Mr. Westmacott warns that because the BMO ETF screens for quality using metrics, it may experience higher turnover, which can result in higher taxes, than passive index-based offerings. And while the First Trust ETF provides exposure to large blue-chip firms, it can be highly concentrated in certain sectors – about 20 per cent of its holdings are in energy, for example – that may result in more pronounced negative returns during some years.

Larry Berman, portfolio manager with ETF Capital Management, Toronto

Investors willing to look to U.S. stock markets can find sector- and country-specific ETFs if they’re bullish on a particular aspect of Europe’s diverse economy, Mr. Berman says. Or they can choose a broader investment strategy, a global ETF that automatically provides exposure based on Europe’s market size relative to the rest of the world.

iShares Currency Hedged MSCI Germany ETF (NYSE:HEWG): Tracking the performance of large and mid-cap German companies, this iShares ETF has a MER of 0.53 per cent. Its year-to-date performance is 20 per cent. Launched in 2014, it hedges the euro against the U.S. dollar, and Mr. Berman says eliminating currency risk may be prudent given the U.S. economy is expected to outperform Europe. “I still believe the euro will go below parity to the U.S. dollar over the next year or so as the ECB continues to focus on stimulus that will in turn weaken the value of the euro versus stronger currencies,” he says. A falling euro will also benefit the German economy, which generates about 50 per cent of its GDP from exports.

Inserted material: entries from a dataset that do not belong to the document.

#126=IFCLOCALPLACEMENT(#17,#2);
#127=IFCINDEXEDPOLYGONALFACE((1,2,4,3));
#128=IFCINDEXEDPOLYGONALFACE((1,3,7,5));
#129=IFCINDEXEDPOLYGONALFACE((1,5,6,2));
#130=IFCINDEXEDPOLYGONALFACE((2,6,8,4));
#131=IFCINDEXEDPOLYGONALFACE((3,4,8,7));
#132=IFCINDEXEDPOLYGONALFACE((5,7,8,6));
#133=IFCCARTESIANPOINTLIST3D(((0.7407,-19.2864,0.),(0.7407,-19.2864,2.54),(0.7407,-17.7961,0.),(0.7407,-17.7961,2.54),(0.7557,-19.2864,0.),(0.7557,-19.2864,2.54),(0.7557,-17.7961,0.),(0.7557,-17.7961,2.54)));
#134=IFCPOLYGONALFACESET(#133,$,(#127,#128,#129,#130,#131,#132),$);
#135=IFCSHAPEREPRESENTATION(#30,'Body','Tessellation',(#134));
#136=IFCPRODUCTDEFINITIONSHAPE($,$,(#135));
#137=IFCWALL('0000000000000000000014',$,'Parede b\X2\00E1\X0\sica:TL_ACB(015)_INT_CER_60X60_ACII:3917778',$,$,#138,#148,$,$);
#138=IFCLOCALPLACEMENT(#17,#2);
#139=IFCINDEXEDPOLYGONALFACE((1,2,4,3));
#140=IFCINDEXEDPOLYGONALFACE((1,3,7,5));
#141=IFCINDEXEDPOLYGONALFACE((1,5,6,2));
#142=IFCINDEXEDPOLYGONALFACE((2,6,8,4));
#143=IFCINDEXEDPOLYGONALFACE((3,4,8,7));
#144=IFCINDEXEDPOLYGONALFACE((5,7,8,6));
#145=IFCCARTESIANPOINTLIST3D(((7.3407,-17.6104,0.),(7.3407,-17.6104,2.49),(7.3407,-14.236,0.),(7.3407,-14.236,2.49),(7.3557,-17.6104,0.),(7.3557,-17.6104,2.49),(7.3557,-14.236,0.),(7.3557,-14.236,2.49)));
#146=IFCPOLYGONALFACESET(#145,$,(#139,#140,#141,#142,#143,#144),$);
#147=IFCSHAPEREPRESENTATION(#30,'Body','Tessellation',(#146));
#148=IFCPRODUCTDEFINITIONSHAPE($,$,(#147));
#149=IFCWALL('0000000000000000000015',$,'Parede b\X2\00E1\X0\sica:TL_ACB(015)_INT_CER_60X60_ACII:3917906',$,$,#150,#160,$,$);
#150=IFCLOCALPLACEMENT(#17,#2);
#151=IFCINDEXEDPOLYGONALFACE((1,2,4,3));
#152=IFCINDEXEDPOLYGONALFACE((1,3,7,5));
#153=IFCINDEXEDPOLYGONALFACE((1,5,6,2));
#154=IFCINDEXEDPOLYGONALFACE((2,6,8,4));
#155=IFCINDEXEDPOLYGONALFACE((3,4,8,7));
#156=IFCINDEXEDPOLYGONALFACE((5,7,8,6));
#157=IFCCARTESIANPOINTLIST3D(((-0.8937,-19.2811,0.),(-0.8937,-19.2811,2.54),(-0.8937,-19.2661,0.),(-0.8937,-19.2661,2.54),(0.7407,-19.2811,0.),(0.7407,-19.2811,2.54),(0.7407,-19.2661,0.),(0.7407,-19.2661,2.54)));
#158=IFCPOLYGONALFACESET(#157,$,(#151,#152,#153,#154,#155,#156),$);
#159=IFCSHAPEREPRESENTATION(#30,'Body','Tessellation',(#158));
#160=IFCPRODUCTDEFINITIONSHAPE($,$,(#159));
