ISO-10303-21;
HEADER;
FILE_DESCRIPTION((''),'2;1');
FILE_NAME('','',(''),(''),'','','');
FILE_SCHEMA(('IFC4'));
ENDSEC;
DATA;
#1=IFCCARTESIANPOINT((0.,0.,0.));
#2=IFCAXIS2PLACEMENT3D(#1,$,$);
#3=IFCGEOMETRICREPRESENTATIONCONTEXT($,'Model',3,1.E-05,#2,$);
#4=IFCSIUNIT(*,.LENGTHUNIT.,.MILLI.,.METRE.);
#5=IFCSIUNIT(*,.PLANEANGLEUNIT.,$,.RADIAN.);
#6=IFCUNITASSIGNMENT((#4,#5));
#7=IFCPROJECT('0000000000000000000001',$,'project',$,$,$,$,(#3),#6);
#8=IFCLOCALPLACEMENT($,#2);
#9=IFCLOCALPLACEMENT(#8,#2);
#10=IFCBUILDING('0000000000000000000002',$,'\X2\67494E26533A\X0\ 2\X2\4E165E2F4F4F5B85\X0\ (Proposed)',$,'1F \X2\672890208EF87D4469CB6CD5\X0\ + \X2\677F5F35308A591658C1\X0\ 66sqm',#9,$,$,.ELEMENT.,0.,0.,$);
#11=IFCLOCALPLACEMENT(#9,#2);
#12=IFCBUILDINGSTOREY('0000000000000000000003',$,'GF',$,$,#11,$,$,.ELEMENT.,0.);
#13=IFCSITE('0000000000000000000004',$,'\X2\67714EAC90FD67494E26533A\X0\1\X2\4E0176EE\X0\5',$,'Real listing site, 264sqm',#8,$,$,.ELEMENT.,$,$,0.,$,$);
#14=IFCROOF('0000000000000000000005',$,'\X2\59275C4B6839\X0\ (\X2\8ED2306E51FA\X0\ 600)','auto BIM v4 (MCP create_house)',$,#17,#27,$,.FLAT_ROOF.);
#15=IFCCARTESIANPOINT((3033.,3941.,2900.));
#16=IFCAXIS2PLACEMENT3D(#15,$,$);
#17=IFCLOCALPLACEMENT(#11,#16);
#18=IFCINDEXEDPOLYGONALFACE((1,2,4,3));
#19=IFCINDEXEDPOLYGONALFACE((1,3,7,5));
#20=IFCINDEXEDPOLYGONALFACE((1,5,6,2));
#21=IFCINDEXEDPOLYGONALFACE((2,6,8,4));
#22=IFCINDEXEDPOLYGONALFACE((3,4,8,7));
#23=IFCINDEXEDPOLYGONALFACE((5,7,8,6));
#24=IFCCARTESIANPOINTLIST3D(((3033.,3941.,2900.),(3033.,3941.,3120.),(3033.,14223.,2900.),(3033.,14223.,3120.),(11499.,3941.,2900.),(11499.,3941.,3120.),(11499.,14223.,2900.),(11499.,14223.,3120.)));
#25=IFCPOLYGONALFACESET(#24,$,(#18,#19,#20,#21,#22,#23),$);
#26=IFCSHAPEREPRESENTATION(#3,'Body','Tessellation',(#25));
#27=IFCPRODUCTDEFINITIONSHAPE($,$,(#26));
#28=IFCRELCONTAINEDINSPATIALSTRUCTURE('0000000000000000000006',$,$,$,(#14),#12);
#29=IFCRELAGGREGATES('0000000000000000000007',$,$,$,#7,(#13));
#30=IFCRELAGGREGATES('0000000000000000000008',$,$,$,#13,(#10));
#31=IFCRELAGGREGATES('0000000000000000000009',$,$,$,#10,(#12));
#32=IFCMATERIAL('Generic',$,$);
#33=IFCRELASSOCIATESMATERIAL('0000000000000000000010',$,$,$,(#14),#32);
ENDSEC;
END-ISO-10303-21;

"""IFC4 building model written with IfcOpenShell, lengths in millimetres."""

from ifc_helpers import new_model, si_unit, frame, frame_2d, origin, place, context, project, spatial, rectangle, extrude, material, element, save


model = new_model("IFC4")

# Units and contexts
model_context = context("Model", 3, precision=1e-05, world=origin())
ifc_project = project(units=[si_unit("LENGTHUNIT", "METRE", prefix="MILLI"), si_unit("PLANEANGLEUNIT", "RADIAN")], contexts=[model_context])

# Site, building, storey
site_placement = place(None, origin())
site = spatial("IfcSite", under=ifc_project, at=site_placement, Name="東京都杉並区1丁目5", ObjectType="Real listing site, 264sqm", CompositionType="ELEMENT", RefElevation=0.0)
building_placement = place(site_placement, origin())
building = spatial("IfcBuilding", under=site, at=building_placement, Name="杉並区 2世帯住宅 (Proposed)", ObjectType="1F 木造軸組構法 + 板張り外壁 66sqm", CompositionType="ELEMENT", ElevationOfRefHeight=0.0, ElevationOfTerrain=0.0)
storey_placement = place(building_placement, origin())
storey = spatial("IfcBuildingStorey", under=building, at=storey_placement, Name="GF", CompositionType="ELEMENT", Elevation=0.0)

# Shared definitions
ifc_material = material(Name="Generic")

# Roof
roof_placement = place(storey_placement, frame((3033.0, 3941.0, 2900.0)))
element("IfcRoof", 1, at=roof_placement, inside=storey, material=ifc_material, Name="大屋根 (軒の出 600)", Description="auto BIM v4 (MCP create_house)", PredefinedType="FLAT_ROOF", context=model_context, shape_type="SweptSolid", body=[
    extrude(rectangle(XDim=8466.0, YDim=10282.0, at=frame_2d((4233.0, 5141.0))), frame((3033.0, 3941.0, 2900.0)), (0.0, 0.0, 1.0), 220.0),
])

save(model, "model.ifc")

BMO MSCI All Country World High Quality Index ETF (TSE:ZGQ): Mr. Berman says most investors should have some weighting in their portfolios toward the European market – bullish or not – because Europe makes up about 20 per cent of the global economy. One simple solution is choosing a broad-based global ETF providing a default allocation based on Europe’s market size relative to other markets. This BMO ETF was launched in November on the TSX with a MER of 0.52 per cent. Its year-to-date performance is 11 per cent. It invests in a diversified basket of large global stocks, weighting companies from each region based on market capitalization and other metrics. “It’s a smart ETF that involves quality screening, like ZEQ for Europe,” Mr. Berman says. “About 68 per cent of its stocks are U.S, but it’s got top holdings from the U.K., Switzerland, Denmark and other European countries.”

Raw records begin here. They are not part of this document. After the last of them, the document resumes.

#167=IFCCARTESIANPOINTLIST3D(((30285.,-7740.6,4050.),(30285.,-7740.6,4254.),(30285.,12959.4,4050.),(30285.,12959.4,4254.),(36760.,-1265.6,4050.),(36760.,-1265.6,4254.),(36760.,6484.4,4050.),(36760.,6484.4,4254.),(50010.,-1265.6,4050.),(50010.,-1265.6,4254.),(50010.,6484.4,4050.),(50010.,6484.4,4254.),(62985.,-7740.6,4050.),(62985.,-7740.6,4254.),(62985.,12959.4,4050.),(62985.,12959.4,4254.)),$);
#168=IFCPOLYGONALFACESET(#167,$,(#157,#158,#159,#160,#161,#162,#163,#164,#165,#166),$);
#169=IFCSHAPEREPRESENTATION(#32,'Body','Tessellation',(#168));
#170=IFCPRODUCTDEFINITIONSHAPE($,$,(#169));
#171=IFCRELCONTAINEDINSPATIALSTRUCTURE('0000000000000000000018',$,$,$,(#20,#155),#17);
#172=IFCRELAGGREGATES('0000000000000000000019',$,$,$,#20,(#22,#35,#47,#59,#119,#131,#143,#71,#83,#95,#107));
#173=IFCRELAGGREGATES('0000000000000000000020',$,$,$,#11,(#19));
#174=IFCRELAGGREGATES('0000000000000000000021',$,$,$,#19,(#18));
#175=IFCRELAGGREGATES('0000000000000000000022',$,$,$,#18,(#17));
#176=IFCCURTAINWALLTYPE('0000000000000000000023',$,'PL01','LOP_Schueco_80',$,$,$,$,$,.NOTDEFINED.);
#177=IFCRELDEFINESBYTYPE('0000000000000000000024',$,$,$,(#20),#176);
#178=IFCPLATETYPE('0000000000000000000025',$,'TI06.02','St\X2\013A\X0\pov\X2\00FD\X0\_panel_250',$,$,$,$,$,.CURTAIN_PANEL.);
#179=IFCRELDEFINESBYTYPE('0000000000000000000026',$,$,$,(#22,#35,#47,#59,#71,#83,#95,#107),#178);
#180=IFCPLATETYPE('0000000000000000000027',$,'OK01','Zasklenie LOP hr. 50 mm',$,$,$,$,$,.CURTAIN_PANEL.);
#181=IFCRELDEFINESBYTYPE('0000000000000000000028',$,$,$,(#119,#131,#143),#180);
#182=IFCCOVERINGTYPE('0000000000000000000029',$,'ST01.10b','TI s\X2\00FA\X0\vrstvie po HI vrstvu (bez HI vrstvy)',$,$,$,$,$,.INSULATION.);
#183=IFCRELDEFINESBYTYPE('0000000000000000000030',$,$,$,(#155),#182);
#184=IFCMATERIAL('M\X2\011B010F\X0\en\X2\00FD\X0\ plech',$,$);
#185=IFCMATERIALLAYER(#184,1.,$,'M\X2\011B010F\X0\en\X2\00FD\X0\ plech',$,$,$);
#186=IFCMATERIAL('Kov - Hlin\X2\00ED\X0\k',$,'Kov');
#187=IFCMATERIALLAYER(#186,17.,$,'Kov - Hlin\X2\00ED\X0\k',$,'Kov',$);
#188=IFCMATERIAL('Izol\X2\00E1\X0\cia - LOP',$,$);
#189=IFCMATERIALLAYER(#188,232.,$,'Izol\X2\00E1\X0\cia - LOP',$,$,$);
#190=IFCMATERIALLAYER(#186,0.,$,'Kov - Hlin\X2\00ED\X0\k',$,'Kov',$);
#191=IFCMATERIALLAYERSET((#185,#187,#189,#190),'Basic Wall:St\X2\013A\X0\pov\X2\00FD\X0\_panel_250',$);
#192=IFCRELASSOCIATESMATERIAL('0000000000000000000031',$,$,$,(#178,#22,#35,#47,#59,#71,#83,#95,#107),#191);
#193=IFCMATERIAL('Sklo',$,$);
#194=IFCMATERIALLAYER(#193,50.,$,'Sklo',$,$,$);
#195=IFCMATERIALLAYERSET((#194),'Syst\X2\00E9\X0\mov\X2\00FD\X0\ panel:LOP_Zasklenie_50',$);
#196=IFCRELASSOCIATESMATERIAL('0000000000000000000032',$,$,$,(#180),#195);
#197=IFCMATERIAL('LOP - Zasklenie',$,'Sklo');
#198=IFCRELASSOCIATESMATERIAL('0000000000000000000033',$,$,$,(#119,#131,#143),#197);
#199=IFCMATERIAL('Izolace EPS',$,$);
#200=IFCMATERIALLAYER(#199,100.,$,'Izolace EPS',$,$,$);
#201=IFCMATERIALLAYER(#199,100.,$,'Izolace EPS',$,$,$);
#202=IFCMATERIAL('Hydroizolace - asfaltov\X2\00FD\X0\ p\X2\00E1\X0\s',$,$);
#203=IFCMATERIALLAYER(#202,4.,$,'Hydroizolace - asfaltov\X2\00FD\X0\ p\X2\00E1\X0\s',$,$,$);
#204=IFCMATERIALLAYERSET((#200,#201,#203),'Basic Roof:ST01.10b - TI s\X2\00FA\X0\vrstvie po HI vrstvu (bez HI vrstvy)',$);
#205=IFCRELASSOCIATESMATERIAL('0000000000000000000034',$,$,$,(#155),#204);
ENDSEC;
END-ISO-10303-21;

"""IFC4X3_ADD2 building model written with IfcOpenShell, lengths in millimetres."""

A few caveats: Much of Europe’s upside has already been priced into its markets, Mr. Berman says, so investors jumping on the bandwagon may have already missed out on the big gains. Moreover, Europe still faces many problems, including the prospect of Greece defaulting on its debts and leaving the euro zone. “Europe’s problems aren’t going to be fixed easily, so I don’t think anyone should overweight their portfolio in it right now.”